Министр приближается, снимает шляпу, подходит к старику, протягивает ему руку. Старик берет ее, он не знает, что это рука министра. Женщина в синей форме кричит ему: «Это министр! Он пришел встретить вас!» Старик продолжает плакать, он не поднимает головы. Вдруг я вижу, что рядом со стариком сидит Д. Мне ужасно холодно, зуб на зуб не попадает. Кто-то подходит: «Вам не стоит тут оставаться, вы заболеете». Я знаю этого типа, он работает в Центре. Я остаюсь. Д. начал говорить со стариком. Я быстро прикидываю: есть один шанс из ста тысяч, что этот старик знал Робера Л. В Париже говорят, что у военных есть списки выживших в Бухенвальде. По-видимому, другие депортированные не в таком уж плохом состоянии. Министр и старшие офицеры сидят рядом с ними. Д. уже долго говорит со стариком. Я смотрю лишь на лицо Д. По-моему, разговор затянулся. Я очень медленно приближаюсь к скамье, чтобы попасть в поле зрения Д. Он замечает меня, смотрит и отрицательно качает головой: «Нет, он его не знает». Я отхожу. Я ужасно устала, хочется лечь на пол. Женщины в форме приносят депортированным судки с едой. Те едят и, не прерывая еды, отвечают на вопросы, которые им задают. Поразительное дело, их, по-видимому, совсем не интересует то, что им говорят. Завтра я узнаю из газет, что среди этих людей, этих стариков были: генерал Шалль, его сын Юбер Шалль, курсант Сен-Сира, который умер в ту же ночь, ночь возвращения, генерал Одибер, директор Государственного управления табачных фабрик Феррьер, главный администратор Национальной библиотеки Жюльен Кэн, генерал Эрто, профессор медицинского факультета в Анжере Сюар, профессор Рише, Клод Бурде — брат министра информации, Морис Негр…

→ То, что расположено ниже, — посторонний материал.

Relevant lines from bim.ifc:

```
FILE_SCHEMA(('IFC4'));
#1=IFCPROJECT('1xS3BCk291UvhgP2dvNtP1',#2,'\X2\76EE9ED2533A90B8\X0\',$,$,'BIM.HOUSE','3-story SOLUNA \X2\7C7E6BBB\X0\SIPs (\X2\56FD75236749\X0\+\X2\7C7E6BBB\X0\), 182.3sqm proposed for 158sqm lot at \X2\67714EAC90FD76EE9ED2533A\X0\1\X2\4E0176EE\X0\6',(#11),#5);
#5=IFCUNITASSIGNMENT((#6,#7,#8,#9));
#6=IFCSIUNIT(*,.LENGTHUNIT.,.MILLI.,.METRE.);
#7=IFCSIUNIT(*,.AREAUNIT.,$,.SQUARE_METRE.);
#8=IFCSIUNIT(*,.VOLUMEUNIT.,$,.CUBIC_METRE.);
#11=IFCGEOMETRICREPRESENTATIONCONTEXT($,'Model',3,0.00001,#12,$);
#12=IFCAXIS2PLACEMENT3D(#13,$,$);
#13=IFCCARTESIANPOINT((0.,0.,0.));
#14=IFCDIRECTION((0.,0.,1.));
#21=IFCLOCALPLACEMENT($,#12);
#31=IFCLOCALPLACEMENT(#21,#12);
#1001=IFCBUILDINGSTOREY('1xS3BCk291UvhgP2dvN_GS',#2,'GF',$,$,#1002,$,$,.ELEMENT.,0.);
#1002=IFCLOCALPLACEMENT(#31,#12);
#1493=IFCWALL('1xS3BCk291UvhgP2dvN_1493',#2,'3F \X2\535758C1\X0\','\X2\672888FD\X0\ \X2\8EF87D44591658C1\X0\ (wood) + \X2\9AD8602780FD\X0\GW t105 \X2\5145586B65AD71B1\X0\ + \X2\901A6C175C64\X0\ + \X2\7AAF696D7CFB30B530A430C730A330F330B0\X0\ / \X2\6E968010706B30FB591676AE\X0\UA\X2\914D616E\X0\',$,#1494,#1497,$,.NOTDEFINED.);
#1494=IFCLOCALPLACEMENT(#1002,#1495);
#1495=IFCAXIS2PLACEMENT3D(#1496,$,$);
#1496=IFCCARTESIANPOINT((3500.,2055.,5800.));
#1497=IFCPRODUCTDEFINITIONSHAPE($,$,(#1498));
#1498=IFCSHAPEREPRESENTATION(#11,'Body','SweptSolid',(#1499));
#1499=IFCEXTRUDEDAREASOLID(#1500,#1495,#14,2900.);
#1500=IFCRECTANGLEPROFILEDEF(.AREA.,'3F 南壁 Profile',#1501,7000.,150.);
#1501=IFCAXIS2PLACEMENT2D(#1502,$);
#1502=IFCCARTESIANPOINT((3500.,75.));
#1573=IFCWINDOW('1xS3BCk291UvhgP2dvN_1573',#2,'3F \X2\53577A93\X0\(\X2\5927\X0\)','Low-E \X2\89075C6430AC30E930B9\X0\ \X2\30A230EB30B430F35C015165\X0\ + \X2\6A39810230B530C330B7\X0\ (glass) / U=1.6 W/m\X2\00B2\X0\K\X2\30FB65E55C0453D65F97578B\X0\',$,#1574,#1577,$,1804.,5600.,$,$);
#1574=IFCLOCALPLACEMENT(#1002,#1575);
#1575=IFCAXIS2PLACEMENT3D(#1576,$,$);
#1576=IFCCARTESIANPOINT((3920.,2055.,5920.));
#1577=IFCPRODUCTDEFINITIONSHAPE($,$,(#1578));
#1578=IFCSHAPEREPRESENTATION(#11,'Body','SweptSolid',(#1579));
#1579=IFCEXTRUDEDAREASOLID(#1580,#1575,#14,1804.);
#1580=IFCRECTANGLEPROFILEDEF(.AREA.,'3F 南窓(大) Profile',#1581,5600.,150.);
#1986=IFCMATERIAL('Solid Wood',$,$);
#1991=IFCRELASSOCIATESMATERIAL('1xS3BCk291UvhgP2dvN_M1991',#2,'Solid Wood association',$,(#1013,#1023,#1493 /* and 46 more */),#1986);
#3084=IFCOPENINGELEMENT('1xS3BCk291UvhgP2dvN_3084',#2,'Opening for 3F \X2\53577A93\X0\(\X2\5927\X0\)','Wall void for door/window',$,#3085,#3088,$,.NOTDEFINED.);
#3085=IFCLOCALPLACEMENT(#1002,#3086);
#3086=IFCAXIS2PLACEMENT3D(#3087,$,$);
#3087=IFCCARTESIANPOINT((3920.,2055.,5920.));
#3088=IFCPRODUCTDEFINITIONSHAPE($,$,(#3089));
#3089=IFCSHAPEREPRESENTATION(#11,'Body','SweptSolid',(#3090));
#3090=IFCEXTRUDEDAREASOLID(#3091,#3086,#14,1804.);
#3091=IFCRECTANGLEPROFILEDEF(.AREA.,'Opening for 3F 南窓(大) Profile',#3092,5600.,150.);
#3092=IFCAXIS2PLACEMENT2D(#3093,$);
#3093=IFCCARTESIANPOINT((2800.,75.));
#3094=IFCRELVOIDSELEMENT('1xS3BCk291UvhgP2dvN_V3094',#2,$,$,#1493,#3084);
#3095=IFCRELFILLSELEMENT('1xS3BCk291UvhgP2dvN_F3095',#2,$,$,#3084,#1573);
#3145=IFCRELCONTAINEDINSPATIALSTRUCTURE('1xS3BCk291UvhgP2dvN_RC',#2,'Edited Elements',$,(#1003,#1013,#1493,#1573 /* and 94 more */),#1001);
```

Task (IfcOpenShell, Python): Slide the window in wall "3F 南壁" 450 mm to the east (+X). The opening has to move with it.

```python
import ifcopenshell
import ifcopenshell.api.geometry
import ifcopenshell.util.placement

model = ifcopenshell.open("bim.ifc")

window = model.by_guid("1xS3BCk291UvhgP2dvN_1573")
opening = window.FillsVoids[0].RelatingOpeningElement
wall = opening.VoidsElements[0].RelatingBuildingElement

wall_matrix = ifcopenshell.util.placement.get_local_placement(wall.ObjectPlacement)
shift = wall_matrix[:3, 0] * 450.0
before = ifcopenshell.util.placement.get_local_placement(window.ObjectPlacement)[:3, 3].copy()

# The window is not placed relative to its opening, so move both.
for product in (opening, window):
    matrix = ifcopenshell.util.placement.get_local_placement(product.ObjectPlacement)
    matrix[:3, 3] += shift
    ifcopenshell.api.geometry.edit_object_placement(model, product=product, matrix=matrix, is_si=False)

after = ifcopenshell.util.placement.get_local_placement(window.ObjectPlacement)[:3, 3]
print("window moved by", (after - before).round(3) + 0.0)

model.write("bim-out.ifc")
```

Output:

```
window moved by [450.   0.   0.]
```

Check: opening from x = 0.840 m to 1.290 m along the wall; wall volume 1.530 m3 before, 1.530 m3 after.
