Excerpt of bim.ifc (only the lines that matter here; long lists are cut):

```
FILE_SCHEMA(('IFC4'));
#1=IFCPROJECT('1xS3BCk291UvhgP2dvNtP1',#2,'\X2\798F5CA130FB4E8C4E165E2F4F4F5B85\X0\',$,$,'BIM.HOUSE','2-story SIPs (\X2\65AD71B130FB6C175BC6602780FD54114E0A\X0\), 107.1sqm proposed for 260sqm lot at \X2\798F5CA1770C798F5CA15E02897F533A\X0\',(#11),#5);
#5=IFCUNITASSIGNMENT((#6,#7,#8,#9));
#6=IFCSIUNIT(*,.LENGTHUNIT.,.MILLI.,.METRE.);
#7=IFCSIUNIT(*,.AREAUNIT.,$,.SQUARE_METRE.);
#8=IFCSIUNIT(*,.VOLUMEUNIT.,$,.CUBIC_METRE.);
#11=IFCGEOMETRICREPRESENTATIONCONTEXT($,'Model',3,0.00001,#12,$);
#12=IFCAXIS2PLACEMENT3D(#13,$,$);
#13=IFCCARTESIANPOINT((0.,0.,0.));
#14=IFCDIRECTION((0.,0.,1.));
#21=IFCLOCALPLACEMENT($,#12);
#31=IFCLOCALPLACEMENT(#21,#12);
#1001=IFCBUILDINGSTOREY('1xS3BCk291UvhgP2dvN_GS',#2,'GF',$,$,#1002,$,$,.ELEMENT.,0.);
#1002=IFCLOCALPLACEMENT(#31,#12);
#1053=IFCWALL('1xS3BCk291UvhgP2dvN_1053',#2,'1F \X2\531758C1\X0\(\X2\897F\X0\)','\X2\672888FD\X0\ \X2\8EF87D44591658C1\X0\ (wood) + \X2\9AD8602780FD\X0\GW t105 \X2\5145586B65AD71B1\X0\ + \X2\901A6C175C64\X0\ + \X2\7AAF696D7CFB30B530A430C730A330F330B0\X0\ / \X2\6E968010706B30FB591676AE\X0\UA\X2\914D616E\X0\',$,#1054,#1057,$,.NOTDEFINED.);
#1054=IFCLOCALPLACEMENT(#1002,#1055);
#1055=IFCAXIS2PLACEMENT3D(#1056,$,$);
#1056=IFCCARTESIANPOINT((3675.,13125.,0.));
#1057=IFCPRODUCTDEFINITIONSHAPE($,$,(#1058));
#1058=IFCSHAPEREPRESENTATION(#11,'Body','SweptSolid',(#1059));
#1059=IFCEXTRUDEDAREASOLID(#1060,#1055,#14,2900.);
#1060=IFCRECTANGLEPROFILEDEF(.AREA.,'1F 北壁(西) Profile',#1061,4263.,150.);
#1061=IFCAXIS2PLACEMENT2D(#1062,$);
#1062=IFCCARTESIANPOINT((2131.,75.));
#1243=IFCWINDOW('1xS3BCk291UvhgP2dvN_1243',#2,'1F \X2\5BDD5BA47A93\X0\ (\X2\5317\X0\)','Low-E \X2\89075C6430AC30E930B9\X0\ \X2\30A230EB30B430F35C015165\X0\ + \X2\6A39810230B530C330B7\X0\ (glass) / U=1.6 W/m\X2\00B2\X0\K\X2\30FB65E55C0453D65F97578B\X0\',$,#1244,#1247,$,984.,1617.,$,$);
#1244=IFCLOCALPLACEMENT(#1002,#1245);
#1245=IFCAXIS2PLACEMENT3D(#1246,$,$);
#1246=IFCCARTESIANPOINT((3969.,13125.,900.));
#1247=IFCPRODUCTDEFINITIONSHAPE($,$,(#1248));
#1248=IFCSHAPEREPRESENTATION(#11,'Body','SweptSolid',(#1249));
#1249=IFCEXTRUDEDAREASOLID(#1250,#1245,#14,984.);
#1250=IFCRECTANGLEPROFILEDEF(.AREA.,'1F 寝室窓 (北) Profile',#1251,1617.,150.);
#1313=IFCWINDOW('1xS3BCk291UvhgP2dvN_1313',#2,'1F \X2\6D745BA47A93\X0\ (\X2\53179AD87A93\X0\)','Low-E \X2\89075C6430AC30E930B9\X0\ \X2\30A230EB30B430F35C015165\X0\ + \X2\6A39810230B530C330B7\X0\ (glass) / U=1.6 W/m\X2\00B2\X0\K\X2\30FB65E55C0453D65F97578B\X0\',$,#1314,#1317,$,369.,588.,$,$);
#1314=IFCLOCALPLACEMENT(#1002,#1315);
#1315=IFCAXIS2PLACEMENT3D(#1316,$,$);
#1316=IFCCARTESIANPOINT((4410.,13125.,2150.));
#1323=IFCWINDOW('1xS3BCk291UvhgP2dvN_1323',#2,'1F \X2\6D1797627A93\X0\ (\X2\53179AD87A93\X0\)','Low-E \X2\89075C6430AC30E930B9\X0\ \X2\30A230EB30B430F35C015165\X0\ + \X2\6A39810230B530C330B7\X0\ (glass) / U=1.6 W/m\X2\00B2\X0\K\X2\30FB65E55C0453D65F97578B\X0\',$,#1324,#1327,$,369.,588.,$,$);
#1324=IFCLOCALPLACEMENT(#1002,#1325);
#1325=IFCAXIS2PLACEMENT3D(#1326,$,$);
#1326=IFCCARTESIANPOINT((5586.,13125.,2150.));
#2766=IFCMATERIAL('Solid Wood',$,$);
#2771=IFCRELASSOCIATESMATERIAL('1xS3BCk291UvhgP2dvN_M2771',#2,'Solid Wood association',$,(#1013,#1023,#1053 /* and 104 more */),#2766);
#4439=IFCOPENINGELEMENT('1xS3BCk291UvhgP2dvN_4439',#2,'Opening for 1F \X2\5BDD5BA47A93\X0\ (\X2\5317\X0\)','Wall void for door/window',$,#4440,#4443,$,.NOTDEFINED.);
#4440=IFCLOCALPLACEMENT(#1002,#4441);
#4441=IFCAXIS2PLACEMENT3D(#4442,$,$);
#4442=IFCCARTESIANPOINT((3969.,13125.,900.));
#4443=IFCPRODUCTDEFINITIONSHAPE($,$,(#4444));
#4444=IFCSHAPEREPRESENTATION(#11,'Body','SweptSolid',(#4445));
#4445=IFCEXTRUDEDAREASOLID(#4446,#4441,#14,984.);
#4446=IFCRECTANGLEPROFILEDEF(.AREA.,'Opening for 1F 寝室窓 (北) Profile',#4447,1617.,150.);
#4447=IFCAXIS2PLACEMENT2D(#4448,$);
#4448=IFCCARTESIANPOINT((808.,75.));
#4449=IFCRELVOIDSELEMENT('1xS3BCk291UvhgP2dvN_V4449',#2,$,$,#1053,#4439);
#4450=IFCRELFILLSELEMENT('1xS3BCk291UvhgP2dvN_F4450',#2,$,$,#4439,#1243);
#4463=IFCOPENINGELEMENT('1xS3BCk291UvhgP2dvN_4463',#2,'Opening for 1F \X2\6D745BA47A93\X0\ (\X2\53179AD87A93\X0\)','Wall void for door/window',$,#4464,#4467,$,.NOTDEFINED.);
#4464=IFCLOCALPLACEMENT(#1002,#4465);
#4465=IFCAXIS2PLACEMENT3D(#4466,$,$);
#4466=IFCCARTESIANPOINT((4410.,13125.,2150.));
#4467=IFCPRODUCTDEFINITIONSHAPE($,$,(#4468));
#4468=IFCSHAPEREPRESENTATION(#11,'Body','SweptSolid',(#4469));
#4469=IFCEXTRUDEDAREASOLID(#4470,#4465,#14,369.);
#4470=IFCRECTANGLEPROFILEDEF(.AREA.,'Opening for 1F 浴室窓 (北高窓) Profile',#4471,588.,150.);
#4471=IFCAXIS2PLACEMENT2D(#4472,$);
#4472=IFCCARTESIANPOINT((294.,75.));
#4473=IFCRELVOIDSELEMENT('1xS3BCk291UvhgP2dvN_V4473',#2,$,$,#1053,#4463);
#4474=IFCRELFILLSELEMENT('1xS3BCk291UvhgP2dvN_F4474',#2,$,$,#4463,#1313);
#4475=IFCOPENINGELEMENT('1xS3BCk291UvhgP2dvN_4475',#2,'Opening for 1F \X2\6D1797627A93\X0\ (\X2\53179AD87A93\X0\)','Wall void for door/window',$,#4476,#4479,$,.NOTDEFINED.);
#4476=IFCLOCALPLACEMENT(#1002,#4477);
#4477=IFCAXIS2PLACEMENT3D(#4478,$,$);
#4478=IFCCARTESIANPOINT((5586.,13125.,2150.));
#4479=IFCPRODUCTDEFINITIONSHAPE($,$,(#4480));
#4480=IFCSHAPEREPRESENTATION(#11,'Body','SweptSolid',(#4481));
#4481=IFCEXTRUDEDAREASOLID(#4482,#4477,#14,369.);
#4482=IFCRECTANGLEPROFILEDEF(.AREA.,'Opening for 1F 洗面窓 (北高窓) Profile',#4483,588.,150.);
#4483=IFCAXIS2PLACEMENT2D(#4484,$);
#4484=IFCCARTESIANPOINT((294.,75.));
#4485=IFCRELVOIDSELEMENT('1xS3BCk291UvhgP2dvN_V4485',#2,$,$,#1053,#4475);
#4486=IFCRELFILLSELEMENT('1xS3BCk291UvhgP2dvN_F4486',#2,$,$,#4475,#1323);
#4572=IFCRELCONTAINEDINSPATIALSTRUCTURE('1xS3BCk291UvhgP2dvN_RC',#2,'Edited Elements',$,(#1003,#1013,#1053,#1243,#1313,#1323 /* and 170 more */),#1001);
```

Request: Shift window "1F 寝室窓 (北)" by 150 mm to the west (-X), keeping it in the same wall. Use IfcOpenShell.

```python
import ifcopenshell
import ifcopenshell.api.geometry
import ifcopenshell.util.placement

model = ifcopenshell.open("bim.ifc")

window = model.by_guid("1xS3BCk291UvhgP2dvN_1243")
opening = window.FillsVoids[0].RelatingOpeningElement
wall = opening.VoidsElements[0].RelatingBuildingElement

wall_matrix = ifcopenshell.util.placement.get_local_placement(wall.ObjectPlacement)
shift = wall_matrix[:3, 0] * -150.0
before = ifcopenshell.util.placement.get_local_placement(window.ObjectPlacement)[:3, 3].copy()

# The window is not placed relative to its opening, so move both.
for product in (opening, window):
    matrix = ifcopenshell.util.placement.get_local_placement(product.ObjectPlacement)
    matrix[:3, 3] += shift
    ifcopenshell.api.geometry.edit_object_placement(model, product=product, matrix=matrix, is_si=False)

after = ifcopenshell.util.placement.get_local_placement(window.ObjectPlacement)[:3, 3]
print("window moved by", (after - before).round(3) + 0.0)

model.write("bim-out.ifc")
```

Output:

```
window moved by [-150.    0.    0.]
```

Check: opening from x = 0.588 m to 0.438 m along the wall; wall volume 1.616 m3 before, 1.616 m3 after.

Около пяти часов я покидаю Центр, иду по набережной.
Стоит прекрасная погода, прекрасный солнечный день. Я спешу домой -запереться наедине с телефоном, вернуться в черный ров. Как только сворачиваю с набережной на улицу Бак, город отдаляется и Центр д'Орсэ исчезает. Возможно, он все-таки вернется. Я ничего уже не знаю. Я очень устала. Я очень грязная. Часть ночей я провожу в Центре. Когда приду домой, надо будет решиться принять ванну: наверно, уже неделю я не моюсь. Весной я так зябну, даже при мысли о том, чтобы помыться, меня бросает в дрожь, у меня что-то вроде постоянной лихорадки, она уже никогда не пройдет. Сегодня вечером я думаю о себе. Никогда не встречала более трусливой женщины.
Мысленно перебираю женщин, которые тоже ждут, нет, ни одной такой трусливой, как я, среди них не найдется. Я знаю очень мужественных. Необычайно мужественных. Моя трусость такова, что никто уже не находит для нее слов.
Кроме Д. Мои товарищи по Розыскной службе смотрят на меня как на больную. Д. говорит мне: «В любом случае вы не имеете права так изводить себя». Он часто говорит мне: «Вы больная. Вы сумасшедшая. Посмотрите на себя, вы уже ни на что не похожи». Я не в состоянии понять, чего от меня хотят. (Даже теперь, когда я переписываю этот дневник моей молодости, я не улавливаю смысла этих фраз.) Ни секунды я не вижу необходимости сохранять мужество. Возможно, для меня это было бы как раз трусостью — сохранять мужество. Сюзи сохраняет мужество ради своего малыша. А мой ребенок, наш с Робером Л. ребенок, умер при родах — из-за войны, он тоже жертва войны: врачи в то время редко выезжали по ночам, не хватало бензина. Так что я одна. Зачем же в таком случае беречь силы? Мне не за что бороться. А о той борьбе, которую я веду, никто не может знать. Я сражаюсь с видениями, с картинами черного рва.